■ EXERCISE DATA
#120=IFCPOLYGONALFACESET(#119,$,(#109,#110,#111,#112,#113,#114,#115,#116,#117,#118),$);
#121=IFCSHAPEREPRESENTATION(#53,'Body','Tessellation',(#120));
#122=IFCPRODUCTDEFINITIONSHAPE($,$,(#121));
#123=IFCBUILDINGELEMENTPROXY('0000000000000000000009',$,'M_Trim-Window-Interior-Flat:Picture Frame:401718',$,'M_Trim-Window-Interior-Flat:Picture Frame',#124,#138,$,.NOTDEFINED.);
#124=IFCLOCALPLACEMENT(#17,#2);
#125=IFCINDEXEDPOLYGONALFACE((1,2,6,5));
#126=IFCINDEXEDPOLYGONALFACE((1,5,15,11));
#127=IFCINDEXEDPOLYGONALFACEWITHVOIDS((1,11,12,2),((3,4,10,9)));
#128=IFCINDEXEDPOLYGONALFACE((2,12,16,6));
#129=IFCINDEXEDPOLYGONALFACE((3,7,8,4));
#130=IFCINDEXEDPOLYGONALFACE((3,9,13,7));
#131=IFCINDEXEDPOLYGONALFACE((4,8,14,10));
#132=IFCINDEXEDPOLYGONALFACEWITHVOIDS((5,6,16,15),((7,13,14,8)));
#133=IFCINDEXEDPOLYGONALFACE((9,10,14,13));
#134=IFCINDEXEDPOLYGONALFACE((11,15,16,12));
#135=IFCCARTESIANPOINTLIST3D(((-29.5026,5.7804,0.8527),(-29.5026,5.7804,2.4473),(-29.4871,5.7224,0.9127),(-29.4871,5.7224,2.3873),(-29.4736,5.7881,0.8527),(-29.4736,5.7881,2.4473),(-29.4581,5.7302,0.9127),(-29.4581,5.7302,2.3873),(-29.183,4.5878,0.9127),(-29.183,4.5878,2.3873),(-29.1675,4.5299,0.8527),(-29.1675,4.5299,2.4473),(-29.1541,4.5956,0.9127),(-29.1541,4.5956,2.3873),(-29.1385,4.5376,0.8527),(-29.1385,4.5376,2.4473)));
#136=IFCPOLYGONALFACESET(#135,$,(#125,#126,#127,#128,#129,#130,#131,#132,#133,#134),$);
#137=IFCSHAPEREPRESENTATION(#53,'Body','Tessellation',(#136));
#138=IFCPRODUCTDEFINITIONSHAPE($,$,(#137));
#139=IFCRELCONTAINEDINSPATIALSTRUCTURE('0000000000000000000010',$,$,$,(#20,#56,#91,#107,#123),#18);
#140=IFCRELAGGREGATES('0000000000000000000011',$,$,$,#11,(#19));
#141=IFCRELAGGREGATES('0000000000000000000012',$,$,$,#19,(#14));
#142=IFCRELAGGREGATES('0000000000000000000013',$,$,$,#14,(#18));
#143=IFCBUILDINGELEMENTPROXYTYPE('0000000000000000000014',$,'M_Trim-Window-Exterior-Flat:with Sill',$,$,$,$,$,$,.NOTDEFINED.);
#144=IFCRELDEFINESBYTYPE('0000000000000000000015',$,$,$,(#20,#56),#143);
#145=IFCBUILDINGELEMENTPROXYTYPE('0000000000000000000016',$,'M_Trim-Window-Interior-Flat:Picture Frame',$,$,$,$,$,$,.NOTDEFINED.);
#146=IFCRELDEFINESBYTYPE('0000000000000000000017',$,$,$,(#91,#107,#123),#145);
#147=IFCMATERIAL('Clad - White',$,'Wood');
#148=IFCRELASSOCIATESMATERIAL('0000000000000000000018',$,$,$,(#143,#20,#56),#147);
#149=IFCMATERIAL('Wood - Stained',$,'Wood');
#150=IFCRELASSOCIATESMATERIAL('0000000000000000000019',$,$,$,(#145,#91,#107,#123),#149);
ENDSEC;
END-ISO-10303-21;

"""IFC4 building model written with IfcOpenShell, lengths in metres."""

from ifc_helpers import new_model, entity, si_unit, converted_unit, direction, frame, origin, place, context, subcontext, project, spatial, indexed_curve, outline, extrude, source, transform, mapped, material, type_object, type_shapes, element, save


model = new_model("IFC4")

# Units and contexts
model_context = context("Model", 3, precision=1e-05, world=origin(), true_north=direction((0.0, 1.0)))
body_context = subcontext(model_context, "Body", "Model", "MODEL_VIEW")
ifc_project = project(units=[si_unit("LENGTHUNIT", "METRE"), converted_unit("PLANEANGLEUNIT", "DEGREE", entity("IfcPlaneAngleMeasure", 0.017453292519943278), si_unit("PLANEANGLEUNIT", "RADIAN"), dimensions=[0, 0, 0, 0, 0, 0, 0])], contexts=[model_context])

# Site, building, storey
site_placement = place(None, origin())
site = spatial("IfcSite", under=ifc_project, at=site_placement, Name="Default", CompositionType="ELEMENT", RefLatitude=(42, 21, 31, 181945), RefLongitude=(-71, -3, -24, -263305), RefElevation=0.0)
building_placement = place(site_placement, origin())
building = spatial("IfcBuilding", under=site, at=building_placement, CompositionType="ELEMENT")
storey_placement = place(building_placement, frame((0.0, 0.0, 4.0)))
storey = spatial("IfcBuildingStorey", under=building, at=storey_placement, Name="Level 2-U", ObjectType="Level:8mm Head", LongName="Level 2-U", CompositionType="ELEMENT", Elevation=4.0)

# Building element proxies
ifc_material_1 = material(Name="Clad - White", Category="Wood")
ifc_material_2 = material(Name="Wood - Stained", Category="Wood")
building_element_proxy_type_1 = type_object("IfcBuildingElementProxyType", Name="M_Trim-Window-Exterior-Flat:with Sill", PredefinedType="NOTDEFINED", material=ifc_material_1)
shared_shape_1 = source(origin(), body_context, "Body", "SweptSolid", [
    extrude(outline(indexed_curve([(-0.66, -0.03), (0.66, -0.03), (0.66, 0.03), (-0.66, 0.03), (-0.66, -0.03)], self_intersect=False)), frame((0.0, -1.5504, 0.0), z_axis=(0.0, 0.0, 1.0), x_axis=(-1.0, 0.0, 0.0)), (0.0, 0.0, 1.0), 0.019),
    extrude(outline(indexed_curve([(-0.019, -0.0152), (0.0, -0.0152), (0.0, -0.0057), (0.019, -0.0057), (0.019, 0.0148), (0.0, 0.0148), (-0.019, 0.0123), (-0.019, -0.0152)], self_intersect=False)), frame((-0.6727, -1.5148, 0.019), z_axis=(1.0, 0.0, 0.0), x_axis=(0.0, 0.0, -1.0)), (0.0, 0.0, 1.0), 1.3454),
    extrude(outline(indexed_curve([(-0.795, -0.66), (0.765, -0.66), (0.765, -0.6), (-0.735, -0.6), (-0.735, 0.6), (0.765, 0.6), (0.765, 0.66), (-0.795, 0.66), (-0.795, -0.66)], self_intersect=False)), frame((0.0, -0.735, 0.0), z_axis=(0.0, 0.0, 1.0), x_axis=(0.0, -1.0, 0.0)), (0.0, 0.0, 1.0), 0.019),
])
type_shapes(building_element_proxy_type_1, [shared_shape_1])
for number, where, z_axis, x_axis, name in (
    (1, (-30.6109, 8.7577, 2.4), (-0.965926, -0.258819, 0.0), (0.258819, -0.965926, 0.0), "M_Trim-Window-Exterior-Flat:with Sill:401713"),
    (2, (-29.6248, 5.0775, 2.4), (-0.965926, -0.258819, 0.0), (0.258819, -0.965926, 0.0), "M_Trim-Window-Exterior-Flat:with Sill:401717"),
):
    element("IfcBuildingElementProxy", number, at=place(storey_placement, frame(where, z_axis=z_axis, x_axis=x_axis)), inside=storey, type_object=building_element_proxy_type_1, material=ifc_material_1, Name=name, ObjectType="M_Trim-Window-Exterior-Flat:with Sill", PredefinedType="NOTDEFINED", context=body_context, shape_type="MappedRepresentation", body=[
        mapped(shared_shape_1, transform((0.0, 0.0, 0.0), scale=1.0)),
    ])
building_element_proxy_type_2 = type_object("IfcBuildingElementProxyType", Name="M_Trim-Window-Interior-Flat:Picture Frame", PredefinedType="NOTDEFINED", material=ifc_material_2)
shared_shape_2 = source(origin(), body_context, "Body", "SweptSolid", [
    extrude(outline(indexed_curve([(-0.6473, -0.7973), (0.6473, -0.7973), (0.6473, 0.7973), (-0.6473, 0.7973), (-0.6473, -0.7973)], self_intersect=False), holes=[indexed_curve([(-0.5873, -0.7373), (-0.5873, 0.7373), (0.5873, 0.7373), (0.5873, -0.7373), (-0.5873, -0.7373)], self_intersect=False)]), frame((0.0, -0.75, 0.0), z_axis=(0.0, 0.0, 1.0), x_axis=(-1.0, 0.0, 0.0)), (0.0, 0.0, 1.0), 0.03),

■ YOUR TASK
There is a line with "END-ISO-10303-21;" and a line with "site_placement = place(None, origin())" above. Copy exactly those two lines and all lines between them, with nothing else.

■ RESULT BELOW
END-ISO-10303-21;

"""IFC4 building model written with IfcOpenShell, lengths in metres."""

from ifc_helpers import new_model, entity, si_unit, converted_unit, direction, frame, origin, place, context, subcontext, project, spatial, indexed_curve, outline, extrude, source, transform, mapped, material, type_object, type_shapes, element, save


model = new_model("IFC4")

# Units and contexts
model_context = context("Model", 3, precision=1e-05, world=origin(), true_north=direction((0.0, 1.0)))
body_context = subcontext(model_context, "Body", "Model", "MODEL_VIEW")
ifc_project = project(units=[si_unit("LENGTHUNIT", "METRE"), converted_unit("PLANEANGLEUNIT", "DEGREE", entity("IfcPlaneAngleMeasure", 0.017453292519943278), si_unit("PLANEANGLEUNIT", "RADIAN"), dimensions=[0, 0, 0, 0, 0, 0, 0])], contexts=[model_context])

# Site, building, storey
site_placement = place(None, origin())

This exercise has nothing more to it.